Starting with Qt 6.2.4 and Qt 6.3.0, a non-developer-build of Qt by default sets CMAKE_MESSAGE_LOG_LEVEL to NOTICE. To restore the more verbose output either configure Qt with -DCMAKE_MESSAGE_LOG_LEVEL=STATUS or --log-level=STATUS.
$ cmake /my/project/sources --log-level=STATUS
$ configure ...more options... -- --log-level=STATUS
Reporting build system issues
If you encounter an issue building Qt or your own project that uses Qt, please provide the following general information as well as any additional information as requested below:
- Operating system used:
- Target platform:
- Qt configure line / project configure line:
- Qt version / branch:
- CMake version:
- Ninja version:
- qmake version:
- Compiler version:
- macOS / iOS Xcode version:
- Android NDK / SDK version:
- WebAssembly Emscripten version:
Ninja: somethings rebuilds when it shouldn't
Try to replicate the scenario one more time, but make sure to add the -d explain flag when calling ninja.
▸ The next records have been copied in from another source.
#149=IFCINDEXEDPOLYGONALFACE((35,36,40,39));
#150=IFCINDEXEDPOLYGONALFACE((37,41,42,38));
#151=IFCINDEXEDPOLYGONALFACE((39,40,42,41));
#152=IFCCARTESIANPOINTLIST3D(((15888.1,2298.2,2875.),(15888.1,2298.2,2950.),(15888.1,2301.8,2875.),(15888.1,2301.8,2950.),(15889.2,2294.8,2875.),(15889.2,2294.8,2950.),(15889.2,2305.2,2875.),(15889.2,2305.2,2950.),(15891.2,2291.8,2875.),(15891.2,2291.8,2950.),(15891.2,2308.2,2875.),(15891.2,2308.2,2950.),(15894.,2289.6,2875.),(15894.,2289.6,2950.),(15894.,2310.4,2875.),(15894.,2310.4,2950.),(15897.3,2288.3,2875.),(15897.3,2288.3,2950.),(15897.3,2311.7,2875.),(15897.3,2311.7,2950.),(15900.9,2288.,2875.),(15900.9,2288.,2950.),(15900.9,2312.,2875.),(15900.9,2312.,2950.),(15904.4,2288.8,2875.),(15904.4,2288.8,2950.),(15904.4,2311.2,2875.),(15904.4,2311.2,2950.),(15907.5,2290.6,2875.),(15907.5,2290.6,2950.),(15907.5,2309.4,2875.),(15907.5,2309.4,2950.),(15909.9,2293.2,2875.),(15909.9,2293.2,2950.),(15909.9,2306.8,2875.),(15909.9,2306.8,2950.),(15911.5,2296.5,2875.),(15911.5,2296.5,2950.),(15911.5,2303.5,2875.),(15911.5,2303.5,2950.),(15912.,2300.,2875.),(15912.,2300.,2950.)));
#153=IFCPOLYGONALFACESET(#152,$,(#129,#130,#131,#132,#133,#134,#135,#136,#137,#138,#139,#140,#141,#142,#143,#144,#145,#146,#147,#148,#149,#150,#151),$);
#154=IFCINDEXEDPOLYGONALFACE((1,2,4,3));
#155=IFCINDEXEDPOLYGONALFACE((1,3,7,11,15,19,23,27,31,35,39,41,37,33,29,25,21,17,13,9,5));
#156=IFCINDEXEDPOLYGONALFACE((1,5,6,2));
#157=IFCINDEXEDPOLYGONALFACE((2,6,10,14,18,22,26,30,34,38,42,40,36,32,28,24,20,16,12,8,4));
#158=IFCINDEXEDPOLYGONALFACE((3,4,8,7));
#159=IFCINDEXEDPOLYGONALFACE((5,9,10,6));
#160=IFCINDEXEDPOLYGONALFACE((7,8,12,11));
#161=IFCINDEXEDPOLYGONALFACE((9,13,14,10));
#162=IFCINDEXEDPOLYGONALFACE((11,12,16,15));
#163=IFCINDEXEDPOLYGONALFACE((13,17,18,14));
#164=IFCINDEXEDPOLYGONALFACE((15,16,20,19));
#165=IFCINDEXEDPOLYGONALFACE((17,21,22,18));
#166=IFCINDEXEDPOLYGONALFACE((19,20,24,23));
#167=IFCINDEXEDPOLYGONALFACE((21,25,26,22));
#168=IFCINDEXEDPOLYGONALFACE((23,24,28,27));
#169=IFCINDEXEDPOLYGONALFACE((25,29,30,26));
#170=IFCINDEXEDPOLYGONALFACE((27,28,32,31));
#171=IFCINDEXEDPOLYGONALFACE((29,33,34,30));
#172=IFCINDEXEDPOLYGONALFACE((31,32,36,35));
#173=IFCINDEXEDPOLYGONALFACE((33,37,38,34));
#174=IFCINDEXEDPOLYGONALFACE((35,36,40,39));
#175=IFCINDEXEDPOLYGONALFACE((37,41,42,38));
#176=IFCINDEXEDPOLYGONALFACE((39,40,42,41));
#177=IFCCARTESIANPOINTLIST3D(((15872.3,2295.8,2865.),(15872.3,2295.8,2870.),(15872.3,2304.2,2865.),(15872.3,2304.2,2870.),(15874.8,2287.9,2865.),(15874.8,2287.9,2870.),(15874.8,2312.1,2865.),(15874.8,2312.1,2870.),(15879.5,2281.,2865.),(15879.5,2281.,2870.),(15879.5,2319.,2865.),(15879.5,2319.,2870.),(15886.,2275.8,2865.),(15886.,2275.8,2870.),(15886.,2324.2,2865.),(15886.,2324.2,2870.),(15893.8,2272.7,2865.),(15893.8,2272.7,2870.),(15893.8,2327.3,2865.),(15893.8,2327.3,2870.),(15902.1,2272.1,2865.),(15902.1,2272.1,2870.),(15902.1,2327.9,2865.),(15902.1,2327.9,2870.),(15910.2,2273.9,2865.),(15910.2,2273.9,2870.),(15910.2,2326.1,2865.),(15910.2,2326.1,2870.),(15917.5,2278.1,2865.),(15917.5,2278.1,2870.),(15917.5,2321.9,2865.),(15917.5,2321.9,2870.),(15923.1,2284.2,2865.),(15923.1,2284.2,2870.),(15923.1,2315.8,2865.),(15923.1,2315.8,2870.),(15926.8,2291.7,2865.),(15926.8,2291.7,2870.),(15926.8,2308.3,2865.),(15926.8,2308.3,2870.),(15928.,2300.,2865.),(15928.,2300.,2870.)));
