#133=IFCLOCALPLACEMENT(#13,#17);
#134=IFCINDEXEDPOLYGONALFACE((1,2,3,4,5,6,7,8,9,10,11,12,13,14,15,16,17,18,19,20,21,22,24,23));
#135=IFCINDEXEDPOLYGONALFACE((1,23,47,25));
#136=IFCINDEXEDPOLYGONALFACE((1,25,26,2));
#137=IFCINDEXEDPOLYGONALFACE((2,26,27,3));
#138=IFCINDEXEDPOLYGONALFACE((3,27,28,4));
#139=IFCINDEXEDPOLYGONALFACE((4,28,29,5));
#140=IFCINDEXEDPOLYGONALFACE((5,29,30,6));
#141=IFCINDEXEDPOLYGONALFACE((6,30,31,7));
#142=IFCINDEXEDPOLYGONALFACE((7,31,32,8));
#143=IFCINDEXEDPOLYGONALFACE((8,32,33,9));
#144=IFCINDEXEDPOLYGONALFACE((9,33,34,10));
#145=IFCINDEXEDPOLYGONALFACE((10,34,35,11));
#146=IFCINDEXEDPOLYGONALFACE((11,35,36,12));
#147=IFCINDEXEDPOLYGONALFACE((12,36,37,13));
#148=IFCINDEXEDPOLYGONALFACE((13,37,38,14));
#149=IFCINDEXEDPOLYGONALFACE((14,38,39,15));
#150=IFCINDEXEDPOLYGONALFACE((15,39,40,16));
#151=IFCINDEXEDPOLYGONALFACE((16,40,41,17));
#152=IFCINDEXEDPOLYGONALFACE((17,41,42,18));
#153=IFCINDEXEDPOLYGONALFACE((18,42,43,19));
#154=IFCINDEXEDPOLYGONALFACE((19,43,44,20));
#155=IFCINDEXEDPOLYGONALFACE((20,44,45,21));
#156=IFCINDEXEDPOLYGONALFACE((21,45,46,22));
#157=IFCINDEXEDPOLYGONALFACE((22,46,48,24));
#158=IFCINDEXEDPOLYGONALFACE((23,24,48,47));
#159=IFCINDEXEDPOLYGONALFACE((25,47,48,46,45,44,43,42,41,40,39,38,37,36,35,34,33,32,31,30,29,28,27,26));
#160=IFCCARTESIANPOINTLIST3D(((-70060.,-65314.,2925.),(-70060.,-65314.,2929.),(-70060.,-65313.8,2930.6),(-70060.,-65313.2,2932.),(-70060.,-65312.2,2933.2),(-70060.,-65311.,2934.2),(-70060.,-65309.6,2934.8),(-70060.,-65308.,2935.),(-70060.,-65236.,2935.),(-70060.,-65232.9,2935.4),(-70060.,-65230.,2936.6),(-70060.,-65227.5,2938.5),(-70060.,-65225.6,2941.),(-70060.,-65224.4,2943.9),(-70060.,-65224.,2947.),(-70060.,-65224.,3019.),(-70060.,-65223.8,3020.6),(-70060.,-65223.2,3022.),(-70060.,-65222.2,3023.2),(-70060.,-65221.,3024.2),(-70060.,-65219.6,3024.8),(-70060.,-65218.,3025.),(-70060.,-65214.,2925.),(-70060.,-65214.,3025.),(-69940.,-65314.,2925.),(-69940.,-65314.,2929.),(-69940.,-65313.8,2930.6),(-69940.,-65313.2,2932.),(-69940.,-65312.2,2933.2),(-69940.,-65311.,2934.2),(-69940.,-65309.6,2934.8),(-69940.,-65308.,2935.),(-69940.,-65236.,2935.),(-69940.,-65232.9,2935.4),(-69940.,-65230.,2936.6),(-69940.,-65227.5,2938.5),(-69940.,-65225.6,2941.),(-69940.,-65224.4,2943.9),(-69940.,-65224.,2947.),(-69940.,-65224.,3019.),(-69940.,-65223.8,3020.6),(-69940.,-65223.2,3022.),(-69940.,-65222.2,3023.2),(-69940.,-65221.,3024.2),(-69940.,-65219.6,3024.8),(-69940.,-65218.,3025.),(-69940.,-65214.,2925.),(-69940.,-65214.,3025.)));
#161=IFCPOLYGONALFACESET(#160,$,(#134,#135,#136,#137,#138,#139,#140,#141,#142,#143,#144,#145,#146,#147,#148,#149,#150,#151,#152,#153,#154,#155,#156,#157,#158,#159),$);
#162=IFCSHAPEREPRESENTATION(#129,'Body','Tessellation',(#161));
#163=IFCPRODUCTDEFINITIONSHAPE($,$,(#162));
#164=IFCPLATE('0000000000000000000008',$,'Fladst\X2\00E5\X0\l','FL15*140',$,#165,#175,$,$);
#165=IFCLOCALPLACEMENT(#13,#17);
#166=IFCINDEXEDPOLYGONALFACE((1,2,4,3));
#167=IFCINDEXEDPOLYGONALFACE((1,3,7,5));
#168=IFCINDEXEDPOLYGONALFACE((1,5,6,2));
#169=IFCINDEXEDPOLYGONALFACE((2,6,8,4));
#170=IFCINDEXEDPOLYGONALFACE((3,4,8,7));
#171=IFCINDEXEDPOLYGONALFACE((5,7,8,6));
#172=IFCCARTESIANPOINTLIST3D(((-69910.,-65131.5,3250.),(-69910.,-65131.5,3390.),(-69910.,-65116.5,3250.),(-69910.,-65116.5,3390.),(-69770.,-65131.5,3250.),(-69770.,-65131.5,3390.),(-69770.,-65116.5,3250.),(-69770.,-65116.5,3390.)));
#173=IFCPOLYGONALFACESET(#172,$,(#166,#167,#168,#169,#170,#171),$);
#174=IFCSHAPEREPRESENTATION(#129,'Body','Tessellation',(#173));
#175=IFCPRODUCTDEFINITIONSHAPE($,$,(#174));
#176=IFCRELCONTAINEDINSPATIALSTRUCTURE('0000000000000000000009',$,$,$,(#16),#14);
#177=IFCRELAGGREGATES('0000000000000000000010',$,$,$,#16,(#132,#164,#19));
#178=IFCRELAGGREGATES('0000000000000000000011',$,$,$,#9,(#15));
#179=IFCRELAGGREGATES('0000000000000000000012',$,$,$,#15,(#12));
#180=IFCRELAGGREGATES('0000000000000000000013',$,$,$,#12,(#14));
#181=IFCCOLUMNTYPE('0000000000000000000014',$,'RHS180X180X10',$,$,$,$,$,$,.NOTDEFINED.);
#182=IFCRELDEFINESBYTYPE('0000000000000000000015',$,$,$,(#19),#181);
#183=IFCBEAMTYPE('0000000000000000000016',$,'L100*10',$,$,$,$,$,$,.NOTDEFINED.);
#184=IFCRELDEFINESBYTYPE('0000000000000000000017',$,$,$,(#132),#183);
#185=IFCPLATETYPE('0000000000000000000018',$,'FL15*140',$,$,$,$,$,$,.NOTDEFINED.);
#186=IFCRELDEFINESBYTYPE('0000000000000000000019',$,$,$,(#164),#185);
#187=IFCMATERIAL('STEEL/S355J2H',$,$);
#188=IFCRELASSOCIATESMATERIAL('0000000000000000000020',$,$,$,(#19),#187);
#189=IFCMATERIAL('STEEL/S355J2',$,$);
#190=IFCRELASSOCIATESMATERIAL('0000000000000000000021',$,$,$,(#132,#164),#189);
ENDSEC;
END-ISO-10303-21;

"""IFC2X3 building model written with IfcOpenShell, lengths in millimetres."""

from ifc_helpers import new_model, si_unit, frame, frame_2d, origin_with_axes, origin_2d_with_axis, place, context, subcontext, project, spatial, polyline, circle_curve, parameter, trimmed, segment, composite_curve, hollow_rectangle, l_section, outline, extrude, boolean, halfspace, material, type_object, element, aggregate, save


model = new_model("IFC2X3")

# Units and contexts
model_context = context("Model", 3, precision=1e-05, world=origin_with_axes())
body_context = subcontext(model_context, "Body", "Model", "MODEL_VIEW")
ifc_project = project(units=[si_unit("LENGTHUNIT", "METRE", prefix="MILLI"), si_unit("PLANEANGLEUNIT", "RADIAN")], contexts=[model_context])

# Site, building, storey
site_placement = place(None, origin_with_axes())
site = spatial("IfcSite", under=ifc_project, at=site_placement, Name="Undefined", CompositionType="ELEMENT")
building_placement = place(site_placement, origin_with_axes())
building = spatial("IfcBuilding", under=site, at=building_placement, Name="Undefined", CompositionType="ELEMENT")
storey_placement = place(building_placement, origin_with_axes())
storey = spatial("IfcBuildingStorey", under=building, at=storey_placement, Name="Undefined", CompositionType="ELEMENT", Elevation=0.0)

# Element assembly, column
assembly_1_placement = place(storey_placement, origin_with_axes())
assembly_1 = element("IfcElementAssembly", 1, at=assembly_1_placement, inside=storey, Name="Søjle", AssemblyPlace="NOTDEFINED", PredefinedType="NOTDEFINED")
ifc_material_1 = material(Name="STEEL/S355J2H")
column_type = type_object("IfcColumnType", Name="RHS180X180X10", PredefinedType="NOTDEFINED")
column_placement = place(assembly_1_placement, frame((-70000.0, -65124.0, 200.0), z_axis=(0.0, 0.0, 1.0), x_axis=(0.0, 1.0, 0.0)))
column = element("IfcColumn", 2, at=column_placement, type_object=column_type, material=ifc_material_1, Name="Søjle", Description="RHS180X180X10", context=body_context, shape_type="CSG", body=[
Share the standard output.
If Qt fails to configure
Follow the steps at CMake trace file, share the trace file, the CMakeCache.txt file and the stdout of running configure/cmake.
If Qt fails to build
Share the standard output of the build failure and the full command line of the failed build step.
If a CMake project fails to configure
Share your project CMakeLists.txt files, follow the steps at CMake trace file, share the trace file, CMakeCache.txt file and the stdout of running CMake.
If a qmake project fails to configure
Share your project .pro/pri files, follow the steps at qmake trace file, share the trace file and the stdout of running qmake.